The idea is that you take something you know and create something larger inspired by that. You can draw your home town as a continent, your favourite island as a country, your apartment as a village, a fictional city of yours as a world map and so on. House plants can be become parks, that can become forests. Bookshelves can become libraries, that can become university towns. Your kitchen can become a food market, that can become a farming province.

----------


## Naima

I like... my furry cat could become a Jungle ... lol

----------


## RenflowerGrapx

> I like... my furry cat could become a Jungle ... lol


<3



I like the idea in subject. But I got some difficulties to apply it in my understanding.

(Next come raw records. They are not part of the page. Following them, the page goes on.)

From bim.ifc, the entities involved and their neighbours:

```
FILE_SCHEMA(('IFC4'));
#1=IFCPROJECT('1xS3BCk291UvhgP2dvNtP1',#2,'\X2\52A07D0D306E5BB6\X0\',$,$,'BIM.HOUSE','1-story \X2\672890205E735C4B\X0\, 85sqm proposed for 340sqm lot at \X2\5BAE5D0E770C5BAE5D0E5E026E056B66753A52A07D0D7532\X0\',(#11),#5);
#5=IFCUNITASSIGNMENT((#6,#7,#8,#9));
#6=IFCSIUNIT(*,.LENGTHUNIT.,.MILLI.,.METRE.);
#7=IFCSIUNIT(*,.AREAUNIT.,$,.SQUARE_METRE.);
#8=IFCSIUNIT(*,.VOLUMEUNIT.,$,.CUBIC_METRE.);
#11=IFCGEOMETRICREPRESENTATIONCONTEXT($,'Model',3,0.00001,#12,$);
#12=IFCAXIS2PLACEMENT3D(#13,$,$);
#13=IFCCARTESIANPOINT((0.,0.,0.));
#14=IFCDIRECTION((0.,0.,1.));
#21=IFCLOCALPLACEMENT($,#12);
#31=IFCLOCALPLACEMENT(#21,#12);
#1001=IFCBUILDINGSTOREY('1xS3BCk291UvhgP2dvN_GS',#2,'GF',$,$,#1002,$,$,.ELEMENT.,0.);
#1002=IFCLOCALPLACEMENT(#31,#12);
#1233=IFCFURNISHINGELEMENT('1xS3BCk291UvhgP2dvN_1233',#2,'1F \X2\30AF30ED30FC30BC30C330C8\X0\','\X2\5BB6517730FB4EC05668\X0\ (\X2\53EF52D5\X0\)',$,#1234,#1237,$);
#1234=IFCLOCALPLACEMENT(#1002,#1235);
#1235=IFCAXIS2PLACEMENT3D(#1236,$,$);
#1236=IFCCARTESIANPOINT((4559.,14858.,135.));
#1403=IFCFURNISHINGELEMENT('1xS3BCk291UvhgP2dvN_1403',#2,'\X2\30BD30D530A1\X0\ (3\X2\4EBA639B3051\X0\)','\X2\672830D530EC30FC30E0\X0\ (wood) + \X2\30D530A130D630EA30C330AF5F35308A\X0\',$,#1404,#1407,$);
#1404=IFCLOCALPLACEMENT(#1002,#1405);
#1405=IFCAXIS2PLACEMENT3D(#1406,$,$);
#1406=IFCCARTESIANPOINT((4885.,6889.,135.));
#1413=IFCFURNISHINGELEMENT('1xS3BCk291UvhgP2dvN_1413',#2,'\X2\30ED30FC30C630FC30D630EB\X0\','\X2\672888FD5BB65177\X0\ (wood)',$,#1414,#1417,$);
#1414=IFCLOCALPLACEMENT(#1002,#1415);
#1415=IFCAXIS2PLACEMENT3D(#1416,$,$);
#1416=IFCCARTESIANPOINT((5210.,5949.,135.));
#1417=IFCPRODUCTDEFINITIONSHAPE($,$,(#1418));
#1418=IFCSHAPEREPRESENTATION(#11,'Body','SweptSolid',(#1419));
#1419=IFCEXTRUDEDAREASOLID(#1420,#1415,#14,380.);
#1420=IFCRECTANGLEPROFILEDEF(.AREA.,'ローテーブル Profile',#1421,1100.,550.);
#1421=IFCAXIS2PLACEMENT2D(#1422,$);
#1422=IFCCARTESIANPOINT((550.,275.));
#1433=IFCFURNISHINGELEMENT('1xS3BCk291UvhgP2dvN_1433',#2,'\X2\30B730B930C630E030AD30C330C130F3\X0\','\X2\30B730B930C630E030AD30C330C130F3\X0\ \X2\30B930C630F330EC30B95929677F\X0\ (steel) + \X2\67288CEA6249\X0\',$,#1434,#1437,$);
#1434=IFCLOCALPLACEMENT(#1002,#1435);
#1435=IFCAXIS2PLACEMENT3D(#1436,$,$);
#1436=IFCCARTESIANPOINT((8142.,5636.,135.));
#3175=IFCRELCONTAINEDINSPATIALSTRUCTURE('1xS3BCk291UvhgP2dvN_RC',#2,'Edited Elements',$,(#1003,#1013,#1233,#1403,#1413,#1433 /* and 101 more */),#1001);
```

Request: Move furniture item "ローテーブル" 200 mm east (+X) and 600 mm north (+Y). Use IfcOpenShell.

```python
import ifcopenshell
import ifcopenshell.api.geometry
import ifcopenshell.util.placement

model = ifcopenshell.open("bim.ifc")

item = model.by_guid("1xS3BCk291UvhgP2dvN_1413")
matrix = ifcopenshell.util.placement.get_local_placement(item.ObjectPlacement)
matrix[0, 3] += 200.0
matrix[1, 3] += 600.0
ifcopenshell.api.geometry.edit_object_placement(model, product=item, matrix=matrix, is_si=False)

print(ifcopenshell.util.placement.get_local_placement(item.ObjectPlacement).round(3) + 0.0)

model.write("bim_v2.ifc")
```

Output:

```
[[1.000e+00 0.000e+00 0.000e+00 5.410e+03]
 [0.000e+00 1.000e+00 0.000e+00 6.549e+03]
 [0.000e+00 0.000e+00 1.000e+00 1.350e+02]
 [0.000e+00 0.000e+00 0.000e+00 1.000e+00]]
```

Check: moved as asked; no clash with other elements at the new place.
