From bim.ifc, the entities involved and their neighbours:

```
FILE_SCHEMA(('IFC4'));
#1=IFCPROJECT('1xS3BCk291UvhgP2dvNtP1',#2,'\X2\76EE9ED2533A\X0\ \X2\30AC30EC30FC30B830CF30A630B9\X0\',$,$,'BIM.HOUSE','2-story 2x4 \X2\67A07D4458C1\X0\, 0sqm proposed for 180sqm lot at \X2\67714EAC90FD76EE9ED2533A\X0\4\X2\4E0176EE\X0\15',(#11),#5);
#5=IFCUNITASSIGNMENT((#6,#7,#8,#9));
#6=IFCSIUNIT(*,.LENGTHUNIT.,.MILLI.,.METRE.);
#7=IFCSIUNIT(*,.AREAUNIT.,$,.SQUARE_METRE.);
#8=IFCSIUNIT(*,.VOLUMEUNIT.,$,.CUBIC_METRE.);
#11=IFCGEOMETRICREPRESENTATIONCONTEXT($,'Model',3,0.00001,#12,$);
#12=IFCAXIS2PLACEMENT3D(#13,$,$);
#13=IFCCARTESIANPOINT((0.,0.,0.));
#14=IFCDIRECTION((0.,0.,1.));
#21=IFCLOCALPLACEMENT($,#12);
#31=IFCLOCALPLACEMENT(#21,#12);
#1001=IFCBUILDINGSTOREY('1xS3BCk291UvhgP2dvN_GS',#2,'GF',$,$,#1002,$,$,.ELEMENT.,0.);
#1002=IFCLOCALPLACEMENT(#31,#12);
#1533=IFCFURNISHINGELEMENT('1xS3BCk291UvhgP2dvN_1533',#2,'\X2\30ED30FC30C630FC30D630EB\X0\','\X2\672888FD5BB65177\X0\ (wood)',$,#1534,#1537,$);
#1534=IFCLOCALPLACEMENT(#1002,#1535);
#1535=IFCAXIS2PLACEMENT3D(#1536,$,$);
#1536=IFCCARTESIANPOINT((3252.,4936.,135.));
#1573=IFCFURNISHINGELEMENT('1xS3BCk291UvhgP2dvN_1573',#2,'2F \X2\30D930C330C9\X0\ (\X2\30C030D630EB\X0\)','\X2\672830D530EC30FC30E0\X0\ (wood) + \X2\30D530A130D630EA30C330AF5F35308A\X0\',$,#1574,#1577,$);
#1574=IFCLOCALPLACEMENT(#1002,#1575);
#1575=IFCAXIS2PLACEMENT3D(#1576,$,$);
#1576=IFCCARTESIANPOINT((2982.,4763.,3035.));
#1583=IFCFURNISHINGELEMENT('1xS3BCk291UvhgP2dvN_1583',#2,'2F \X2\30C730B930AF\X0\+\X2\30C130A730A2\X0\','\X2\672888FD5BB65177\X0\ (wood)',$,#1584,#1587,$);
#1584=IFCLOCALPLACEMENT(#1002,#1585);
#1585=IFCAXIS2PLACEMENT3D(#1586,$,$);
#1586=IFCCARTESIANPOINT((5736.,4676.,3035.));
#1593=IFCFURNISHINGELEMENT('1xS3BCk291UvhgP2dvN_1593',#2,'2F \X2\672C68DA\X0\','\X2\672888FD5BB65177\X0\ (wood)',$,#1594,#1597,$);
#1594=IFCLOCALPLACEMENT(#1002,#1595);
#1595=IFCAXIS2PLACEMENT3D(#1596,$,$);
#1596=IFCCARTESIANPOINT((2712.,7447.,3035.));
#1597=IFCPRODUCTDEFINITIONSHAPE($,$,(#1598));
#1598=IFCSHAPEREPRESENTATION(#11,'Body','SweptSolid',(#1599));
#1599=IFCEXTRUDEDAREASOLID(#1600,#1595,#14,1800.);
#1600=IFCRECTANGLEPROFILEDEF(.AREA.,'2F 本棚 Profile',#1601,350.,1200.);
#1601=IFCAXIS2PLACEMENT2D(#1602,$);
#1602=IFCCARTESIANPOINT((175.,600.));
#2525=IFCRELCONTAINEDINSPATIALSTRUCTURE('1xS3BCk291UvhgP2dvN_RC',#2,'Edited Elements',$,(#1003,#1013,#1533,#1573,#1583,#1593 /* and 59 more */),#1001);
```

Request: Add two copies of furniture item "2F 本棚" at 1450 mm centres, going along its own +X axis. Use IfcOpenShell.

```python
import ifcopenshell
import ifcopenshell.api.geometry
import ifcopenshell.api.root
import ifcopenshell.util.element
import ifcopenshell.util.placement
import ifcopenshell.util.unit

model = ifcopenshell.open("bim.ifc")
unit_scale = ifcopenshell.util.unit.calculate_unit_scale(model)


def reuse_history(source, copy):
    """copy_class also copies each property set's owner history, people and application; keep the originals."""
    for rel in copy.IsDefinedBy:
        if rel.is_a("IfcRelDefinesByProperties") and (history := rel.RelatingPropertyDefinition.OwnerHistory):
            rel.RelatingPropertyDefinition.OwnerHistory = source.OwnerHistory
            ifcopenshell.util.element.remove_deep2(model, history)


source = model.by_id(1593)
base = ifcopenshell.util.placement.get_local_placement(source.ObjectPlacement)
step = base[:3, 0] * 1.45 / unit_scale

for i in range(1, 3):
    copy = ifcopenshell.api.root.copy_class(model, product=source)
    copy.Representation = ifcopenshell.util.element.copy_deep(
        model, source.Representation, exclude=["IfcGeometricRepresentationContext", "IfcRepresentationMap"]
    )
    reuse_history(source, copy)
    matrix = base.copy()
    matrix[:3, 3] += i * step
    print("added at", matrix[:3, 3].round(3) + 0.0)
    ifcopenshell.api.geometry.edit_object_placement(model, product=copy, matrix=matrix, is_si=False)

model.write("bim_updated.ifc")
```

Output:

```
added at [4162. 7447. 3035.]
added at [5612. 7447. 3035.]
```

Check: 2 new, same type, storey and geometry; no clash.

Like, if i can draw caves as a por (lol, just an example, i'm not good for real)
I should then draw a cave dungeon?

----------


## FranCobasGC

Great idea! and its also good to practice with space abstraction, We also made this kind of exercise when I studied architecture

----------


## AtTheShoreline

> <3
> 
> 
> 
> I like the idea in subject. But I got some difficulties to apply it in my understanding.
> 
> Like, if i can draw caves as a por (lol, just an example, i'm not good for real)
> I should then draw a cave dungeon?


I'm not sure I understand your example unfortunately. I would make this a theme open for wide interpretations. As long as the map is based on something smaller than it's depicting, and takes elements for the layout from that it, should be fine.

----------